(Saved data entries)
########
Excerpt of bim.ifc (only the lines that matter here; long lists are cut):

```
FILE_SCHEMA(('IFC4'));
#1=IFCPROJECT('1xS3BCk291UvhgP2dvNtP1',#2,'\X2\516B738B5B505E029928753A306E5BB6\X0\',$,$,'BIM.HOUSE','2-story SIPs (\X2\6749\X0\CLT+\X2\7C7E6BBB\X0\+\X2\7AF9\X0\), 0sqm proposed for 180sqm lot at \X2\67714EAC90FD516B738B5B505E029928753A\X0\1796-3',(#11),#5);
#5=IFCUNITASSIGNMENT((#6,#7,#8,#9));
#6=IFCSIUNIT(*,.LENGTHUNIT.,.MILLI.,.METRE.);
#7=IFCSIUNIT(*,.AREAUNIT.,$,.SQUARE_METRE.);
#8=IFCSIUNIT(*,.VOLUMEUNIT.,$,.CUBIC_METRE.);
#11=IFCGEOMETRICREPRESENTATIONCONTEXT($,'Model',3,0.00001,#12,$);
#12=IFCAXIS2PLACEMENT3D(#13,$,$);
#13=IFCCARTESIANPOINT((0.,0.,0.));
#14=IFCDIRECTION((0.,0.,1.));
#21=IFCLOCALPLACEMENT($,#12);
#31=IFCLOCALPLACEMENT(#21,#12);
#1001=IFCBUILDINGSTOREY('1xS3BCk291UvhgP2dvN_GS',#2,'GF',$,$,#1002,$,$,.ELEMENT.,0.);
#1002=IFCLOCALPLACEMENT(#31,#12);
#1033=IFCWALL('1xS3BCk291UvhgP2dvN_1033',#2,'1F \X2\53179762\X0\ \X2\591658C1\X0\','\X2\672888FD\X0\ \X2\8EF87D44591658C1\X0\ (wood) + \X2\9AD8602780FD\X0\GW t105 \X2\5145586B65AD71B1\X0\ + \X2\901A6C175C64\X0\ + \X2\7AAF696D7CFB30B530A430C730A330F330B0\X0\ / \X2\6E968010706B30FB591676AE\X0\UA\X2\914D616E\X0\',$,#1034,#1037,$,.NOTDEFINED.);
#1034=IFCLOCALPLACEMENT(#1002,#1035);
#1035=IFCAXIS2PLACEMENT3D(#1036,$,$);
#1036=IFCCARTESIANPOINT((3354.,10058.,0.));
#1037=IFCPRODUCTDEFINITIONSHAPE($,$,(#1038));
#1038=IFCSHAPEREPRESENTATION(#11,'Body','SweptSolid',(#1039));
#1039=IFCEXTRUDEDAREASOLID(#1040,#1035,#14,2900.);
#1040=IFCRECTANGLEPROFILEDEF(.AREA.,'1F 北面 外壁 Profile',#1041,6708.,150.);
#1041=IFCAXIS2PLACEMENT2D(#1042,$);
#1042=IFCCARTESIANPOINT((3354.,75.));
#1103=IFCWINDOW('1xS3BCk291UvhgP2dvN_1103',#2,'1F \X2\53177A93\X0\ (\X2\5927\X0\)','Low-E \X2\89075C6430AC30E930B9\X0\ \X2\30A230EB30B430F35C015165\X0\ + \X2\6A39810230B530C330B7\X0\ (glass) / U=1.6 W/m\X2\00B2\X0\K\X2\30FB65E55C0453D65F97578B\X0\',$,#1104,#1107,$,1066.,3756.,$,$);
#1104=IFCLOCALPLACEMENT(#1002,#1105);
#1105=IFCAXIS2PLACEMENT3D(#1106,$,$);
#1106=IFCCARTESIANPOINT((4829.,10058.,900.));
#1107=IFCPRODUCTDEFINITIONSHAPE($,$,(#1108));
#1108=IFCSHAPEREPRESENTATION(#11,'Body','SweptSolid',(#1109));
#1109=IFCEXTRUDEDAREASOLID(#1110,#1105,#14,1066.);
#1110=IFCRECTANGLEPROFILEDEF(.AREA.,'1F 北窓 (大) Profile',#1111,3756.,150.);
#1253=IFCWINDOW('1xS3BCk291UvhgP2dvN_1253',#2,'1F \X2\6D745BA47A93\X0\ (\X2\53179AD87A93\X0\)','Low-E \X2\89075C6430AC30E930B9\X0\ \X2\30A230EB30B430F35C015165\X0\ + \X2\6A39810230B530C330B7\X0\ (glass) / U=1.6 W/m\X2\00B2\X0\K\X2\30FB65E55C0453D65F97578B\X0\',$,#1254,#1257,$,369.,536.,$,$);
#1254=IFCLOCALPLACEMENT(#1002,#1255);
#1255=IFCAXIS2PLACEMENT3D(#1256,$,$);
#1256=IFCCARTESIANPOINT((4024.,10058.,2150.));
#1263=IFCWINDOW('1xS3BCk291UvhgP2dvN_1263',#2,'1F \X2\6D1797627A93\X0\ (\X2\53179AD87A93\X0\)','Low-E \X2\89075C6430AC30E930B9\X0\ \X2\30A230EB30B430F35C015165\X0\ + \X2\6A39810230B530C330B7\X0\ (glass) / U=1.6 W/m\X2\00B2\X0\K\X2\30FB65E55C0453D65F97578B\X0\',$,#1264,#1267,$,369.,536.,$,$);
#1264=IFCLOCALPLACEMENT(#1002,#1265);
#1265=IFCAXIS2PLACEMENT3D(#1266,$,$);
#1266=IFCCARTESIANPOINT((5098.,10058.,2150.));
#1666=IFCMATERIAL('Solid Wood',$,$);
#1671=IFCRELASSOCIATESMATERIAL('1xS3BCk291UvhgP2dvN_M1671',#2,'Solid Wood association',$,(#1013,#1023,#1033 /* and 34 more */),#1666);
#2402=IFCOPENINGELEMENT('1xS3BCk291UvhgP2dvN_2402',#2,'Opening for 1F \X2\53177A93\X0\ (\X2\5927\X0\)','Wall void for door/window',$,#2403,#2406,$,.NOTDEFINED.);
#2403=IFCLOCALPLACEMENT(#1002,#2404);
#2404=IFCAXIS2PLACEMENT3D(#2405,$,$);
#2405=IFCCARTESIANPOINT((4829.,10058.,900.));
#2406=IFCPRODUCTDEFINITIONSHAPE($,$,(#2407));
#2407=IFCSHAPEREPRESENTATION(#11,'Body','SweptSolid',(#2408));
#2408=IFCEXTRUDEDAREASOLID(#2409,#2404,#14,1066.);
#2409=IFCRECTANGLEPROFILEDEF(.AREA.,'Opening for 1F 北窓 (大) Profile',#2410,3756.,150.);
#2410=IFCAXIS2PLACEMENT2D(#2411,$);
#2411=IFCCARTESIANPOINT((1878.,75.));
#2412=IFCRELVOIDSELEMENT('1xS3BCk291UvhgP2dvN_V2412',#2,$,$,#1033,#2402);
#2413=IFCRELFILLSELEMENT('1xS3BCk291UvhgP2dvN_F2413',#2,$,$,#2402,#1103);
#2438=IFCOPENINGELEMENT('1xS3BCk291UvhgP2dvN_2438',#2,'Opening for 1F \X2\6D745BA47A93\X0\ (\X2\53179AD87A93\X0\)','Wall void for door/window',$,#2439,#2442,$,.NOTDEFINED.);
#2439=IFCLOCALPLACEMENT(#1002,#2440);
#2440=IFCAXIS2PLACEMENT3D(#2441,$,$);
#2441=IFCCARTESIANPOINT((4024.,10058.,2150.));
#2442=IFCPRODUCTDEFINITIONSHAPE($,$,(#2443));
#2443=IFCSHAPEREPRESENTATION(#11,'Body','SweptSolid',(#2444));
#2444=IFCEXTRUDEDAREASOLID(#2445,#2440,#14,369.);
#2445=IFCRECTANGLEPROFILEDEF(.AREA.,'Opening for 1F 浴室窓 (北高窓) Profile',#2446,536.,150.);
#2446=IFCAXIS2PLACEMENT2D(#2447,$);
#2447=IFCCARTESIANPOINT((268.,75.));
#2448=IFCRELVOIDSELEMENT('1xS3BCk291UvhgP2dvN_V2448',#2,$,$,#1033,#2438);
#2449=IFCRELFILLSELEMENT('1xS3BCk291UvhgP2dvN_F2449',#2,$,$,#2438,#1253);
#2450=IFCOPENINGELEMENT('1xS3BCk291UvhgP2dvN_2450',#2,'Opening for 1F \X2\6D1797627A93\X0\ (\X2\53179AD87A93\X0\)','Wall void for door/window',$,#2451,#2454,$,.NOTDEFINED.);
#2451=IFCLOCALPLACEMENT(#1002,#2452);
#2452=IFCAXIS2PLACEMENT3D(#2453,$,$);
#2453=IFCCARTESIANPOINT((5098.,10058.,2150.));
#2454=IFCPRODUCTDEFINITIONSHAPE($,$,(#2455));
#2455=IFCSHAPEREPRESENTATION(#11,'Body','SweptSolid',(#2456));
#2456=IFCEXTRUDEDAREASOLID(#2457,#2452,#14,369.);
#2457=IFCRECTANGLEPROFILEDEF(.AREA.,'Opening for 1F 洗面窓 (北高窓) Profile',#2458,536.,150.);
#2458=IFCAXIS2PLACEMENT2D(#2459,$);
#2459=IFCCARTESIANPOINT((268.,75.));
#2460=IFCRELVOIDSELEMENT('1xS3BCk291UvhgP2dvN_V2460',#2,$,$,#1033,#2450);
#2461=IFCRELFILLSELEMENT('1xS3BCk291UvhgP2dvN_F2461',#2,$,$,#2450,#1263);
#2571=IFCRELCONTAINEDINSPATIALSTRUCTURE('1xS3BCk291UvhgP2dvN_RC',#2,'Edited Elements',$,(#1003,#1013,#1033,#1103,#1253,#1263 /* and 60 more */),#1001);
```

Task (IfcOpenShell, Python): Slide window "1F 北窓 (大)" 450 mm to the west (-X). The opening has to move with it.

```python
import ifcopenshell
import ifcopenshell.api.geometry
import ifcopenshell.util.placement

model = ifcopenshell.open("bim.ifc")

window = model.by_guid("1xS3BCk291UvhgP2dvN_1103")
opening = window.FillsVoids[0].RelatingOpeningElement
wall = opening.VoidsElements[0].RelatingBuildingElement

wall_matrix = ifcopenshell.util.placement.get_local_placement(wall.ObjectPlacement)
shift = wall_matrix[:3, 0] * -450.0
before = ifcopenshell.util.placement.get_local_placement(window.ObjectPlacement)[:3, 3].copy()

# The window is not placed relative to its opening, so move both.
for product in (opening, window):
    matrix = ifcopenshell.util.placement.get_local_placement(product.ObjectPlacement)
    matrix[:3, 3] += shift
    ifcopenshell.api.geometry.edit_object_placement(model, product=product, matrix=matrix, is_si=False)

after = ifcopenshell.util.placement.get_local_placement(window.ObjectPlacement)[:3, 3]
print("window moved by", (after - before).round(3) + 0.0)

model.write("bim_edited.ifc")
```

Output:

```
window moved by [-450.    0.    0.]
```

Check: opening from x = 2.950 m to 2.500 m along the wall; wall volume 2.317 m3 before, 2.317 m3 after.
########
Across the entries above, find each line with the word "door" and please copy it out.

(Solution to this task)
#2402=IFCOPENINGELEMENT('1xS3BCk291UvhgP2dvN_2402',#2,'Opening for 1F \X2\53177A93\X0\ (\X2\5927\X0\)','Wall void for door/window',$,#2403,#2406,$,.NOTDEFINED.);
#2438=IFCOPENINGELEMENT('1xS3BCk291UvhgP2dvN_2438',#2,'Opening for 1F \X2\6D745BA47A93\X0\ (\X2\53179AD87A93\X0\)','Wall void for door/window',$,#2439,#2442,$,.NOTDEFINED.);
#2450=IFCOPENINGELEMENT('1xS3BCk291UvhgP2dvN_2450',#2,'Opening for 1F \X2\6D1797627A93\X0\ (\X2\53179AD87A93\X0\)','Wall void for door/window',$,#2451,#2454,$,.NOTDEFINED.);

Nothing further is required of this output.